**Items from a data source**
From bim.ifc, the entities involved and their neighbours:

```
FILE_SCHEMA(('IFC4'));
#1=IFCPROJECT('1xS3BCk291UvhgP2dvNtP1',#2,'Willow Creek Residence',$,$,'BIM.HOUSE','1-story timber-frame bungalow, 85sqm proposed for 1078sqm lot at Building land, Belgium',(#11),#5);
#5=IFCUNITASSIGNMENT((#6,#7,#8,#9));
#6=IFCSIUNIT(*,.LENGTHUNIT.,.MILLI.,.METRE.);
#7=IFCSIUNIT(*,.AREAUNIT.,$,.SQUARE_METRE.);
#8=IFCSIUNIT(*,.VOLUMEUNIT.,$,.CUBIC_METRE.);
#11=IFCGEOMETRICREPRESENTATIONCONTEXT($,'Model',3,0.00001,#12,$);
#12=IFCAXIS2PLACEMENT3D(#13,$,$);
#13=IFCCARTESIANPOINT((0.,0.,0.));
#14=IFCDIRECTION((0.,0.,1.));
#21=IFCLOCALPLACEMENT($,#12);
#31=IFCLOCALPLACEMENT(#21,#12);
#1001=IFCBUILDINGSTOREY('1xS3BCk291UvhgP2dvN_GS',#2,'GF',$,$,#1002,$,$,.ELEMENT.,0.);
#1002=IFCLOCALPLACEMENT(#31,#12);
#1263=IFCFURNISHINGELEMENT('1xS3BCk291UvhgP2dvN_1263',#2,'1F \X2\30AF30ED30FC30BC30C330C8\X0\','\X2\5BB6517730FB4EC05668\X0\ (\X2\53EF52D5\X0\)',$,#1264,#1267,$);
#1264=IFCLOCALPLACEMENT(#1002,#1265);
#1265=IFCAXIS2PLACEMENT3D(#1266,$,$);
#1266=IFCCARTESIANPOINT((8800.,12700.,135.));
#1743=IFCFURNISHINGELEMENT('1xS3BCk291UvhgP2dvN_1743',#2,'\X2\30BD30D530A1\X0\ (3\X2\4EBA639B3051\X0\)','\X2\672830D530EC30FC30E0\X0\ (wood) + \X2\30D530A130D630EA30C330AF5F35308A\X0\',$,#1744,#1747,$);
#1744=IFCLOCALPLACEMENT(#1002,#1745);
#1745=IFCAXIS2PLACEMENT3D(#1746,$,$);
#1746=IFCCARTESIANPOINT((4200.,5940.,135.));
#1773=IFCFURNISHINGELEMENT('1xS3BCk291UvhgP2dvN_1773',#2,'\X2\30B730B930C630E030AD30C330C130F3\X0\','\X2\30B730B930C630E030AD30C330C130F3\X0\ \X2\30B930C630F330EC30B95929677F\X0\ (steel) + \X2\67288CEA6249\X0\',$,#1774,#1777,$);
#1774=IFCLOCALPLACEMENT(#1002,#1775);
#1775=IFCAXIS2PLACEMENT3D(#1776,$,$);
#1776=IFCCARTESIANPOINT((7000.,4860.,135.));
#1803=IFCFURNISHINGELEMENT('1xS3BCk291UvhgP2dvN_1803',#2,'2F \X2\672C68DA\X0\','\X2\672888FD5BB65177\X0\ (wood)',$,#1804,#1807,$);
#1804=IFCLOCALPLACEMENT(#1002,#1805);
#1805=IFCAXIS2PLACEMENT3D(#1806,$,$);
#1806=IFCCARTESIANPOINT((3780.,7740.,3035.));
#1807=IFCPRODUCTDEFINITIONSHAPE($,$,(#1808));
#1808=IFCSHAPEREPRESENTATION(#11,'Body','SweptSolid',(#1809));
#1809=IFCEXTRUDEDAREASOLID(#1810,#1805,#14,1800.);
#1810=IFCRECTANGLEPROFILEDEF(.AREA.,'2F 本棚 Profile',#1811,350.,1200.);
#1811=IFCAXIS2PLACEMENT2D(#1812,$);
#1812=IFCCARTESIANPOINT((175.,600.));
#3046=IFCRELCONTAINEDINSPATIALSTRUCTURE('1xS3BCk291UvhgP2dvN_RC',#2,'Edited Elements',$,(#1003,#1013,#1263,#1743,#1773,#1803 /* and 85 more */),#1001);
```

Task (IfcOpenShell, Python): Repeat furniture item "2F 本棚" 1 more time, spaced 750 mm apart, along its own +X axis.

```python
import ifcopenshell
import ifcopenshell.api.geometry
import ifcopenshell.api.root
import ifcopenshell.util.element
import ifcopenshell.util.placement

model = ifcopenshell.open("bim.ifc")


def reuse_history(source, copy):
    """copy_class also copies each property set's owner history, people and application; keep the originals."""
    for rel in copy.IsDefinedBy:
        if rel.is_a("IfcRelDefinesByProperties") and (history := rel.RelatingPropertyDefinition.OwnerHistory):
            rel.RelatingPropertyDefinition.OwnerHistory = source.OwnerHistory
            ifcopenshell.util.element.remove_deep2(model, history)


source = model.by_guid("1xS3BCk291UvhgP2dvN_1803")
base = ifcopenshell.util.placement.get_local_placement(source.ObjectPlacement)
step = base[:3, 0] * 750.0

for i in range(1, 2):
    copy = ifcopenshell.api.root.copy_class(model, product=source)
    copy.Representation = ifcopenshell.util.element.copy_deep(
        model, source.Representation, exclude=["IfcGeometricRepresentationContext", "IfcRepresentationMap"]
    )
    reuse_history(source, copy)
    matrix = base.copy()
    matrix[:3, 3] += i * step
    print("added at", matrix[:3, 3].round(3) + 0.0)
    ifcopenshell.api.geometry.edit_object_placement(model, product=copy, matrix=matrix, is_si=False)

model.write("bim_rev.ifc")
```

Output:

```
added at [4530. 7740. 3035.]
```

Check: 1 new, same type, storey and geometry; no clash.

**Task to carry out**
Quote the data in full, keeping each word unchanged.

**Reply**
From bim.ifc, the entities involved and their neighbours:

```
FILE_SCHEMA(('IFC4'));
#1=IFCPROJECT('1xS3BCk291UvhgP2dvNtP1',#2,'Willow Creek Residence',$,$,'BIM.HOUSE','1-story timber-frame bungalow, 85sqm proposed for 1078sqm lot at Building land, Belgium',(#11),#5);
#5=IFCUNITASSIGNMENT((#6,#7,#8,#9));
#6=IFCSIUNIT(*,.LENGTHUNIT.,.MILLI.,.METRE.);
#7=IFCSIUNIT(*,.AREAUNIT.,$,.SQUARE_METRE.);
#8=IFCSIUNIT(*,.VOLUMEUNIT.,$,.CUBIC_METRE.);
#11=IFCGEOMETRICREPRESENTATIONCONTEXT($,'Model',3,0.00001,#12,$);
#12=IFCAXIS2PLACEMENT3D(#13,$,$);
#13=IFCCARTESIANPOINT((0.,0.,0.));
#14=IFCDIRECTION((0.,0.,1.));
#21=IFCLOCALPLACEMENT($,#12);
#31=IFCLOCALPLACEMENT(#21,#12);
#1001=IFCBUILDINGSTOREY('1xS3BCk291UvhgP2dvN_GS',#2,'GF',$,$,#1002,$,$,.ELEMENT.,0.);
#1002=IFCLOCALPLACEMENT(#31,#12);
#1263=IFCFURNISHINGELEMENT('1xS3BCk291UvhgP2dvN_1263',#2,'1F \X2\30AF30ED30FC30BC30C330C8\X0\','\X2\5BB6517730FB4EC05668\X0\ (\X2\53EF52D5\X0\)',$,#1264,#1267,$);
#1264=IFCLOCALPLACEMENT(#1002,#1265);
#1265=IFCAXIS2PLACEMENT3D(#1266,$,$);
#1266=IFCCARTESIANPOINT((8800.,12700.,135.));
#1743=IFCFURNISHINGELEMENT('1xS3BCk291UvhgP2dvN_1743',#2,'\X2\30BD30D530A1\X0\ (3\X2\4EBA639B3051\X0\)','\X2\672830D530EC30FC30E0\X0\ (wood) + \X2\30D530A130D630EA30C330AF5F35308A\X0\',$,#1744,#1747,$);
#1744=IFCLOCALPLACEMENT(#1002,#1745);
#1745=IFCAXIS2PLACEMENT3D(#1746,$,$);
#1746=IFCCARTESIANPOINT((4200.,5940.,135.));
#1773=IFCFURNISHINGELEMENT('1xS3BCk291UvhgP2dvN_1773',#2,'\X2\30B730B930C630E030AD30C330C130F3\X0\','\X2\30B730B930C630E030AD30C330C130F3\X0\ \X2\30B930C630F330EC30B95929677F\X0\ (steel) + \X2\67288CEA6249\X0\',$,#1774,#1777,$);
#1774=IFCLOCALPLACEMENT(#1002,#1775);
#1775=IFCAXIS2PLACEMENT3D(#1776,$,$);
#1776=IFCCARTESIANPOINT((7000.,4860.,135.));
#1803=IFCFURNISHINGELEMENT('1xS3BCk291UvhgP2dvN_1803',#2,'2F \X2\672C68DA\X0\','\X2\672888FD5BB65177\X0\ (wood)',$,#1804,#1807,$);
#1804=IFCLOCALPLACEMENT(#1002,#1805);
#1805=IFCAXIS2PLACEMENT3D(#1806,$,$);
#1806=IFCCARTESIANPOINT((3780.,7740.,3035.));
#1807=IFCPRODUCTDEFINITIONSHAPE($,$,(#1808));
#1808=IFCSHAPEREPRESENTATION(#11,'Body','SweptSolid',(#1809));
#1809=IFCEXTRUDEDAREASOLID(#1810,#1805,#14,1800.);
#1810=IFCRECTANGLEPROFILEDEF(.AREA.,'2F 本棚 Profile',#1811,350.,1200.);
#1811=IFCAXIS2PLACEMENT2D(#1812,$);
#1812=IFCCARTESIANPOINT((175.,600.));
#3046=IFCRELCONTAINEDINSPATIALSTRUCTURE('1xS3BCk291UvhgP2dvN_RC',#2,'Edited Elements',$,(#1003,#1013,#1263,#1743,#1773,#1803 /* and 85 more */),#1001);
```

Task (IfcOpenShell, Python): Repeat furniture item "2F 本棚" 1 more time, spaced 750 mm apart, along its own +X axis.

```python
import ifcopenshell
import ifcopenshell.api.geometry
import ifcopenshell.api.root
import ifcopenshell.util.element
import ifcopenshell.util.placement

model = ifcopenshell.open("bim.ifc")


def reuse_history(source, copy):
    """copy_class also copies each property set's owner history, people and application; keep the originals."""
    for rel in copy.IsDefinedBy:
        if rel.is_a("IfcRelDefinesByProperties") and (history := rel.RelatingPropertyDefinition.OwnerHistory):
            rel.RelatingPropertyDefinition.OwnerHistory = source.OwnerHistory
            ifcopenshell.util.element.remove_deep2(model, history)


source = model.by_guid("1xS3BCk291UvhgP2dvN_1803")
base = ifcopenshell.util.placement.get_local_placement(source.ObjectPlacement)
step = base[:3, 0] * 750.0

for i in range(1, 2):
    copy = ifcopenshell.api.root.copy_class(model, product=source)
    copy.Representation = ifcopenshell.util.element.copy_deep(
        model, source.Representation, exclude=["IfcGeometricRepresentationContext", "IfcRepresentationMap"]
    )
    reuse_history(source, copy)
    matrix = base.copy()
    matrix[:3, 3] += i * step
    print("added at", matrix[:3, 3].round(3) + 0.0)
    ifcopenshell.api.geometry.edit_object_placement(model, product=copy, matrix=matrix, is_si=False)

model.write("bim_rev.ifc")
```

Output:

```
added at [4530. 7740. 3035.]
```

Check: 1 new, same type, storey and geometry; no clash.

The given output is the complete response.